After a dismal September when major U.S. averages shed 4% or more, the equity market fought back with vengeance in the first trading session of October. At least one analyst is confident that things could look up in the final quarter of a disappointing year.
What Happened: Cantor Fitzgerald is now very bullish and the conviction is very high, Eric Johnston, Head of Equity and Cross Asset at the firm, said in an interview with CNBC on Monday.
The analyst noted that the firm looks at the market very unemotionally and that it checks with views every day based on the information available at that time.
“And what we are seeing right now is the following: inflation real-time is falling sharply,” Johnston said, adding every single data point of inflation is falling month-over-month. It has continued with rents and home prices falling as well, he noted.
The Cantor analyst said he thinks the Fed’s last hike is going to be on Dec. 14.
“We're a mere two months away from this Fed hike cycle being over,” Johnston said.
The capitulation indicators have all shown up in the last 10 days, with the VIX, the CBOE Volatility Index, hitting 34, the VIX curve inverting and the relative strength index going well below 30, he added.
“A number of others that all suggest we are going to have a sharp rally,” the analyst said.

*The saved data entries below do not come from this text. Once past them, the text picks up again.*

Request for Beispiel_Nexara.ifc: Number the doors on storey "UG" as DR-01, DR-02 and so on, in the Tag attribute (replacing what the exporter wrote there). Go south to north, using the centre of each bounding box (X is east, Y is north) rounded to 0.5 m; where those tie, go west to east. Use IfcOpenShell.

First a look at what the model holds.

```python
import ifcopenshell
import ifcopenshell.util.element
import ifcopenshell.util.placement

model = ifcopenshell.open("Beispiel_Nexara.ifc")
print(model.schema)
storey = next(s for s in model.by_type("IfcBuildingStorey") if s.Name == "UG")
doors = [e for e in ifcopenshell.util.element.get_decomposition(storey) if e.is_a("IfcDoor")]
for e in sorted(doors, key=lambda e: e.id()):
    origin = ifcopenshell.util.placement.get_local_placement(e.ObjectPlacement)[:3, 3]
    print(e.id(), e.Tag, e.Name, origin.round(2) + 0.0, sep=" | ")
```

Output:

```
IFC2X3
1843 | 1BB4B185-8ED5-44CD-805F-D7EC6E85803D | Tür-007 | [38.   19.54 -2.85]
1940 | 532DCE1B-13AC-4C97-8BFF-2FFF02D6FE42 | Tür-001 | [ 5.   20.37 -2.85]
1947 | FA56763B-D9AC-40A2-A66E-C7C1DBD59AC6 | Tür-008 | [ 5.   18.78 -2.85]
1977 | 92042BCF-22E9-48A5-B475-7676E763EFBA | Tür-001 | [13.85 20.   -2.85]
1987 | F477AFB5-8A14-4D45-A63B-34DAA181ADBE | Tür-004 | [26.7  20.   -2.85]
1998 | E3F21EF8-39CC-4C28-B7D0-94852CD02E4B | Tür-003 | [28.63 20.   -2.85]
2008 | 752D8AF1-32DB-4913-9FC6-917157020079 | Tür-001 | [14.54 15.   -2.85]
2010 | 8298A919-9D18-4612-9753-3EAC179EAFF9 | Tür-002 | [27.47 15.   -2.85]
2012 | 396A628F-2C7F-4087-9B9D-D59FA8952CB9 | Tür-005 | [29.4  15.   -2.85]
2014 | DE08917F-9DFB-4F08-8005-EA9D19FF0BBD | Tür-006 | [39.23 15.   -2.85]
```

```python
import ifcopenshell
import ifcopenshell.geom
import ifcopenshell.util.element
import ifcopenshell.util.shape

model = ifcopenshell.open("Beispiel_Nexara.ifc")
settings = ifcopenshell.geom.settings()
settings.set("use-world-coords", True)


def centre(element):
    shape = ifcopenshell.geom.create_shape(settings, element)
    return ifcopenshell.util.shape.get_bbox_centroid(shape.geometry)


storey = next(s for s in model.by_type("IfcBuildingStorey") if s.Name == "UG")
doors = [e for e in ifcopenshell.util.element.get_decomposition(storey) if e.is_a("IfcDoor")]

# Insertion points can sit at a corner or the storey origin, so sort by the geometry (in metres).
centres = {e: centre(e) for e in doors}
doors.sort(key=lambda e: (round(centres[e][1] / 0.5), centres[e][0]))

for i, e in enumerate(doors, start=1):
    number = f"DR-{i:02d}"
    e.Tag = number
    print(e.id(), number)

model.write("Beispiel_Nexara-out.ifc")
```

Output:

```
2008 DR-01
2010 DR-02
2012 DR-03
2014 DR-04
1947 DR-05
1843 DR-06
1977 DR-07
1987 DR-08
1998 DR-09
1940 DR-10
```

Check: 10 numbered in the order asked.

Benzinga’s Take: Historically, the year-end has been good for markets, thanks to a combination of factors, including window dressing by institutions, tax considerations and investing year-end bonuses, which sparks what is called the “Santa Claus” rally.
Given the beaten-down nature of the stocks, traders are presented with another reason to hoard stocks, especially if macroeconomic fundamentals hold up. Fed pivot, if it materializes as predicted, could be in itself a motivation to increase exposure toward equities.
Price Action: The SPDR S&P 500 ETF Trust SPY rallied 2.64% to $366.61, according to Benzinga Pro data.